Repolarisation of ventricles.
What is the equation for velocity of blood flow?
V = Q/A
velocity = flow / area
What is the relationship between blood flow, resistance and pressure?
Blood flow is determined by the pressure difference between vessel inlet and outlet and resistance to blood flow.
Why is there resistance to blood flow?
Poiseuille’s Law
Resistance due to: • Blood vessel diameter • Vessel length • Series/parallel arrangement • Blood viscosity
How does blood pressure vary in the cardiovascular system?
Blood pressure decreases as blood flows as energy is consumed by frictional resistance.
What is the equation for pulse pressure?
pulse pressure = systolic - diastolic pressure
What is the equation for the mean arterial pressure?
mean arterial pressure = diastolic pressure + 1/3 pulse pressure
How is blood pressure regulated in both short and long term?

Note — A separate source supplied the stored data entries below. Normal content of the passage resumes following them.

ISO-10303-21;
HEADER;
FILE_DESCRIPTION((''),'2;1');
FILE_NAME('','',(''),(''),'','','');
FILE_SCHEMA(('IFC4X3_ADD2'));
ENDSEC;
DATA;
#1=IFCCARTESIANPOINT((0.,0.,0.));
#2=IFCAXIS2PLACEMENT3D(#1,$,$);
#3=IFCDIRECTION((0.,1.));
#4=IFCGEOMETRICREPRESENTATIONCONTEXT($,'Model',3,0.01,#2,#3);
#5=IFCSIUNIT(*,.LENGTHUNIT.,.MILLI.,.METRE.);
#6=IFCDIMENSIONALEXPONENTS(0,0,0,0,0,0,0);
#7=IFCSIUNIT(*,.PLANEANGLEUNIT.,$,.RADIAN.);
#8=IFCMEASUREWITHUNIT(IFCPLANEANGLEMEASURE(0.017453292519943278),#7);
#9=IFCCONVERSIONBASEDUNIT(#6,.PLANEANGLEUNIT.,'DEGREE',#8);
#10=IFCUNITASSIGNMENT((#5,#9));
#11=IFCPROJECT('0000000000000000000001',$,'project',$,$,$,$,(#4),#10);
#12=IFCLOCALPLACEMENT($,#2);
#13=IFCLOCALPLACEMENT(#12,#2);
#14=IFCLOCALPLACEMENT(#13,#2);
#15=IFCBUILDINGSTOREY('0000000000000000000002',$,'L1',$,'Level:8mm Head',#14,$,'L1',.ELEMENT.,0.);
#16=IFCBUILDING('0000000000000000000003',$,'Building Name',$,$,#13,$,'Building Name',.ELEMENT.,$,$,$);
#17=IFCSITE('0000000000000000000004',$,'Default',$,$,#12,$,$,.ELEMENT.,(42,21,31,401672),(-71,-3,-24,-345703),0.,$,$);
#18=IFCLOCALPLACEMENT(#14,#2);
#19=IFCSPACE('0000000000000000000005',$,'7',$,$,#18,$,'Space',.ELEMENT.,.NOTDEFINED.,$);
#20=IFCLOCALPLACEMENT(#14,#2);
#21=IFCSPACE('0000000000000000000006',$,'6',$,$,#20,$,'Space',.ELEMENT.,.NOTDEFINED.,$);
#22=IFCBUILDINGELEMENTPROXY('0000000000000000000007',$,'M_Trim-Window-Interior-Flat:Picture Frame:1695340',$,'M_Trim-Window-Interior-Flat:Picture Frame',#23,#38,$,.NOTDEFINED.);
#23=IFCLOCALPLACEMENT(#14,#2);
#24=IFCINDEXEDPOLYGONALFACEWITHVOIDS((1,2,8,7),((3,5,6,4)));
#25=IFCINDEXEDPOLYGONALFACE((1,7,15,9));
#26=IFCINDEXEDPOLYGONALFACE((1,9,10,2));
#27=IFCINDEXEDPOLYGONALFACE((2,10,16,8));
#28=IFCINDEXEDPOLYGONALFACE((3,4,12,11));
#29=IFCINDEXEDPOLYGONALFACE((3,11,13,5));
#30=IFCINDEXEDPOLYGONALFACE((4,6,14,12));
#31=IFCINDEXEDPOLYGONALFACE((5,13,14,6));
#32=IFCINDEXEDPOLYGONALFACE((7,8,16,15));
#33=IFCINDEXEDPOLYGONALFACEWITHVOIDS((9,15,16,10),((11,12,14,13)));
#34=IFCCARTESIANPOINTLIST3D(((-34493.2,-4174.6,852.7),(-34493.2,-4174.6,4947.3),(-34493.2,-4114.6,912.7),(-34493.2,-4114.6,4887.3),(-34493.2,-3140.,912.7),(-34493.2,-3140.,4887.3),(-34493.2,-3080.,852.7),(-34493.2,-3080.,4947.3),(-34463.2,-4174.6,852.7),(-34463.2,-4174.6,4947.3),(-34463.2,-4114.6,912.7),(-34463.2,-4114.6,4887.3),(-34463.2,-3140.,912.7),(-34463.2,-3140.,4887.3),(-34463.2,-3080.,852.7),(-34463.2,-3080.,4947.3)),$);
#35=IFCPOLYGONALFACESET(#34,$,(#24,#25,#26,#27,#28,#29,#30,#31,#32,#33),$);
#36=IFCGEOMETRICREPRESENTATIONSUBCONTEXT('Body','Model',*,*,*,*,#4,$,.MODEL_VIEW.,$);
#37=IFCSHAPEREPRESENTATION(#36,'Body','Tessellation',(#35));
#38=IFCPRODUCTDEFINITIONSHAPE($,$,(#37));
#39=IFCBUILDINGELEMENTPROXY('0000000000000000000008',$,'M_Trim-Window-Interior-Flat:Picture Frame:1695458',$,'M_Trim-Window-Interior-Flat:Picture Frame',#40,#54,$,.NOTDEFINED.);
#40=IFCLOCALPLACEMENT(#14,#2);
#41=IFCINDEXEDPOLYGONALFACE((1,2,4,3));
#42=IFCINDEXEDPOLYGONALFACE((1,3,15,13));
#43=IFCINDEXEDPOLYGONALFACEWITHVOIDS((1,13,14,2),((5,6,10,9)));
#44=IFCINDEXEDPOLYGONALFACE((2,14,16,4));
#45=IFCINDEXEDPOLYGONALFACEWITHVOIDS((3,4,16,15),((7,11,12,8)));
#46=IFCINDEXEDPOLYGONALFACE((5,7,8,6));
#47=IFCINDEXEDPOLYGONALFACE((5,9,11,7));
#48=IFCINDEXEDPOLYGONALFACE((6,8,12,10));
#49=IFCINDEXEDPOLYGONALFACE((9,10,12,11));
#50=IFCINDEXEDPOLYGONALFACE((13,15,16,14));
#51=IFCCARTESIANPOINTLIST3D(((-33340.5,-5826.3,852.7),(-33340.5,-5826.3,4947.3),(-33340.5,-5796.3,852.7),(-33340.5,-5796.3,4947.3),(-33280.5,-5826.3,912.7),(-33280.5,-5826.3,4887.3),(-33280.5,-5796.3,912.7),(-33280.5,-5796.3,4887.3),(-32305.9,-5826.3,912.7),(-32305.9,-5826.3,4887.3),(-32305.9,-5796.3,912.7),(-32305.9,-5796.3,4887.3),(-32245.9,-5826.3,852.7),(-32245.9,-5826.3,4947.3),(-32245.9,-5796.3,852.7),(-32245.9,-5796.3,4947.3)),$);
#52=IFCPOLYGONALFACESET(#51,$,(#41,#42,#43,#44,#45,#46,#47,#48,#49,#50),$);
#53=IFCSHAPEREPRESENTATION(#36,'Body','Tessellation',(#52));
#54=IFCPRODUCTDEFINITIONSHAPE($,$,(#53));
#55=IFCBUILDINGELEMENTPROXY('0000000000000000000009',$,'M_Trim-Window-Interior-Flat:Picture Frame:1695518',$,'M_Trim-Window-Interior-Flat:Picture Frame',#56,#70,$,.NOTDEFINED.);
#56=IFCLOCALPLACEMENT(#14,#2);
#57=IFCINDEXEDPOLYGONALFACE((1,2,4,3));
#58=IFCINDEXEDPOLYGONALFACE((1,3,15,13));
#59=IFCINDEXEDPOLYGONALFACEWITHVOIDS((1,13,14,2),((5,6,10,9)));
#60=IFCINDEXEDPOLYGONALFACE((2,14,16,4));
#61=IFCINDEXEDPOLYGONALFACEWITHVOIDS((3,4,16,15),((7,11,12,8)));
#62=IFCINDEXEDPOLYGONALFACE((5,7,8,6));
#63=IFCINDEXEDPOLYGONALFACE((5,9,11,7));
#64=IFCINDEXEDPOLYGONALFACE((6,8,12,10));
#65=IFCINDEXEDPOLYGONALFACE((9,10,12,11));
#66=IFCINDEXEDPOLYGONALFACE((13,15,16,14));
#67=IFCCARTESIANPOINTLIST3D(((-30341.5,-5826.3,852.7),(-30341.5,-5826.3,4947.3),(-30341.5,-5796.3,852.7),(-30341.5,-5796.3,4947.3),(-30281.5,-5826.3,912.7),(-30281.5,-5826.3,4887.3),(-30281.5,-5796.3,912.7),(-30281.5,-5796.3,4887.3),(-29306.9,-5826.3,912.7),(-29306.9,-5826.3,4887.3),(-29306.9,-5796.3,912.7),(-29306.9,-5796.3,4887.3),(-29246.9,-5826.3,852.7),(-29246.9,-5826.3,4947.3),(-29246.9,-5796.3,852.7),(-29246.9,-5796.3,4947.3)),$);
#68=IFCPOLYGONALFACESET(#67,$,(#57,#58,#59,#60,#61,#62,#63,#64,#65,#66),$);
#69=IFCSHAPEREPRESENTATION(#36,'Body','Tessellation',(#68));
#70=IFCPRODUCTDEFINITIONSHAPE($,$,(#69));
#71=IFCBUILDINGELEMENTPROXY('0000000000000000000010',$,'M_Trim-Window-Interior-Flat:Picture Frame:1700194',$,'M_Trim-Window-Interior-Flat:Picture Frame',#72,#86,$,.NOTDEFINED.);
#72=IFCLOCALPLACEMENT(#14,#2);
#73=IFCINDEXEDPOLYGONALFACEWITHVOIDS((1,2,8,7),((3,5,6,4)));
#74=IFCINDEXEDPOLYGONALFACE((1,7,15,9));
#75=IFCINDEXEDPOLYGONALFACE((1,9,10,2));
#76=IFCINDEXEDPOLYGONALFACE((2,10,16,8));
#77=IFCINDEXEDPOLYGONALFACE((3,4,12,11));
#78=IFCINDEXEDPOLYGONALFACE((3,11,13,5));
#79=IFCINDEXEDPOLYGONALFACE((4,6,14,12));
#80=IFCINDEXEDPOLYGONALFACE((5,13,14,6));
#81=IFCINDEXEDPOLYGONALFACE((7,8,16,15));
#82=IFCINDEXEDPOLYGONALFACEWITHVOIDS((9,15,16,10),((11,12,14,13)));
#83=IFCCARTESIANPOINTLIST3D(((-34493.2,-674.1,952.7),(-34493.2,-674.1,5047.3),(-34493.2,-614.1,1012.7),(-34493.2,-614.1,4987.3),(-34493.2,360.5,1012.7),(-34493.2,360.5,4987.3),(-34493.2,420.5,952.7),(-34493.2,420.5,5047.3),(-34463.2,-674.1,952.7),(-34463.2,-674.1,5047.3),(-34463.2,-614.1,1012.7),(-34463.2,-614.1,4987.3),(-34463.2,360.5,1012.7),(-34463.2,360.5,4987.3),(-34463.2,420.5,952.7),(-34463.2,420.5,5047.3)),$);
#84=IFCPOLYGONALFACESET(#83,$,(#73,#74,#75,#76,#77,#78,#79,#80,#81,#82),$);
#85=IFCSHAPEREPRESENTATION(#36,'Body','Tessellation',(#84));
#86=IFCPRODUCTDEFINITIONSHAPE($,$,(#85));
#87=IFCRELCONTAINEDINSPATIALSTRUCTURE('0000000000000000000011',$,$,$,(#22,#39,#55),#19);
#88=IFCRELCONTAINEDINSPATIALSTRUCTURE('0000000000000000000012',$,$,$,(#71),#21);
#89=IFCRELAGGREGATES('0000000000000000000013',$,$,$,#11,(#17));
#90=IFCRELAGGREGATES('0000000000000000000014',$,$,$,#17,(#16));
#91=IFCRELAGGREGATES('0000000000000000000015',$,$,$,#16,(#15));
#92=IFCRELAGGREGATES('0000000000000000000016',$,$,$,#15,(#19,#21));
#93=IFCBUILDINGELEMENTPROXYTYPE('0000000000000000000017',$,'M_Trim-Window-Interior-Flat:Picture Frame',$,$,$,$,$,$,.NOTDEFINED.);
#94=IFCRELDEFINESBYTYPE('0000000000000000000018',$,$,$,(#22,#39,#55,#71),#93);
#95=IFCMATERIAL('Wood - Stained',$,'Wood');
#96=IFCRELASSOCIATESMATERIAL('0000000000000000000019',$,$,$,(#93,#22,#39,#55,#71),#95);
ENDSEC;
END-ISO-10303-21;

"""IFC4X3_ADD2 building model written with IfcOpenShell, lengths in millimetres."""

from ifc_helpers import new_model, entity, si_unit, converted_unit, direction, frame, origin, place, context, subcontext, project, spatial, polyline, outline, extrude, source, transform, mapped, material, type_object, type_shapes, element, save


model = new_model("IFC4X3_ADD2")

# Units and contexts
model_context = context("Model", 3, precision=0.01, world=origin(), true_north=direction((0.0, 1.0)))
body_context = subcontext(model_context, "Body", "Model", "MODEL_VIEW")
ifc_project = project(units=[si_unit("LENGTHUNIT", "METRE", prefix="MILLI"), converted_unit("PLANEANGLEUNIT", "DEGREE", entity("IfcPlaneAngleMeasure", 0.017453292519943278), si_unit("PLANEANGLEUNIT", "RADIAN"), dimensions=[0, 0, 0, 0, 0, 0, 0])], contexts=[model_context])

# Site, building, storey
site_placement = place(None, origin())
site = spatial("IfcSite", under=ifc_project, at=site_placement, Name="Default", CompositionType="ELEMENT", RefLatitude=(42, 21, 31, 401672), RefLongitude=(-71, -3, -24, -345703), RefElevation=0.0)
building_placement = place(site_placement, origin())
building = spatial("IfcBuilding", under=site, at=building_placement, Name="Building Name", LongName="Building Name", CompositionType="ELEMENT")
storey_placement = place(building_placement, origin())
storey = spatial("IfcBuildingStorey", under=building, at=storey_placement, Name="L1", ObjectType="Level:8mm Head", LongName="L1", CompositionType="ELEMENT", Elevation=0.0)

# Shared definitions
ifc_material_1 = material(Name="Wood - Stained", Category="Wood")

# Shared definitions
building_element_proxy_type_1 = type_object("IfcBuildingElementProxyType", Name="M_Trim-Window-Interior-Flat:Picture Frame", PredefinedType="NOTDEFINED", material=ifc_material_1)
shared_shape_1 = source(origin(), body_context, "Body", "SweptSolid", [
    extrude(outline(polyline([(-547.3, -2047.3), (547.3, -2047.3), (547.3, 2047.3), (-547.3, 2047.3), (-547.3, -2047.3)]), holes=[polyline([(-487.3, -1987.3), (-487.3, 1987.3), (487.3, 1987.3), (487.3, -1987.3), (-487.3, -1987.3)])]), frame((0.0, -2000.0, 0.0), z_axis=(0.0, 0.0, 1.0), x_axis=(-1.0, 0.0, 0.0)), (0.0, 0.0, 1.0), 30.0),
])
type_shapes(building_element_proxy_type_1, [shared_shape_1])

# Shared definitions
space_1_placement = place(storey_placement, origin())
space_1 = spatial("IfcSpace", under=storey, at=space_1_placement, Name="7", LongName="Space", CompositionType="ELEMENT", PredefinedType="NOTDEFINED")

# Building element proxies
for number, where, z_axis, x_axis, name in (
    (1, (-34493.2, -3627.3, 4900.0), (1.0, 0.0, 0.0), (0.0, 1.0, 0.0), "M_Trim-Window-Interior-Flat:Picture Frame:1695340"),
    (2, (-32793.2, -5826.3, 4900.0), (0.0, 1.0, 0.0), (-1.0, 0.0, 0.0), "M_Trim-Window-Interior-Flat:Picture Frame:1695458"),
    (3, (-29794.2, -5826.3, 4900.0), (0.0, 1.0, 0.0), (-1.0, 0.0, 0.0), "M_Trim-Window-Interior-Flat:Picture Frame:1695518"),
):
    element("IfcBuildingElementProxy", number, at=place(space_1_placement, frame(where, z_axis=z_axis, x_axis=x_axis)), inside=space_1, type_object=building_element_proxy_type_1, material=ifc_material_1, Name=name, ObjectType="M_Trim-Window-Interior-Flat:Picture Frame", PredefinedType="NOTDEFINED", context=body_context, shape_type="MappedRepresentation", body=[
        mapped(shared_shape_1, transform((0.0, 0.0, 0.0), scale=1.0)),
    ])

# Shared definitions
space_2_placement = place(storey_placement, origin())
space_2 = spatial("IfcSpace", under=storey, at=space_2_placement, Name="6", LongName="Space", CompositionType="ELEMENT", PredefinedType="NOTDEFINED")

# Building element proxy
proxy_1_placement = place(space_2_placement, frame((-34493.2, -126.8, 5000.0), z_axis=(1.0, 0.0, 0.0), x_axis=(0.0, 1.0, 0.0)))
element("IfcBuildingElementProxy", 4, at=proxy_1_placement, inside=space_2, type_object=building_element_proxy_type_1, material=ifc_material_1, Name="M_Trim-Window-Interior-Flat:Picture Frame:1700194", ObjectType="M_Trim-Window-Interior-Flat:Picture Frame", PredefinedType="NOTDEFINED", context=body_context, shape_type="MappedRepresentation", body=[
    mapped(shared_shape_1, transform((0.0, 0.0, 0.0), scale=1.0)),
])

save(model, "model.ifc")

Short term = baroreceptors, chemoreceptors, ADH
Long term = renin - angiotensin - aldosterone (RAAs) system regulates blood volume.
- angiotension -> angiotensin 1 -> angiotensin 2 (acts on adrenal cortex to make and secrete aldosterone)
What is hypertension and how can it be treated?
a long term elevation of blood pressure –> Chronic hypertension can desensitise baroreceptors
treated with ACE inhibitors, ARBs, diuretics, alpha blockers, renin inhibitors.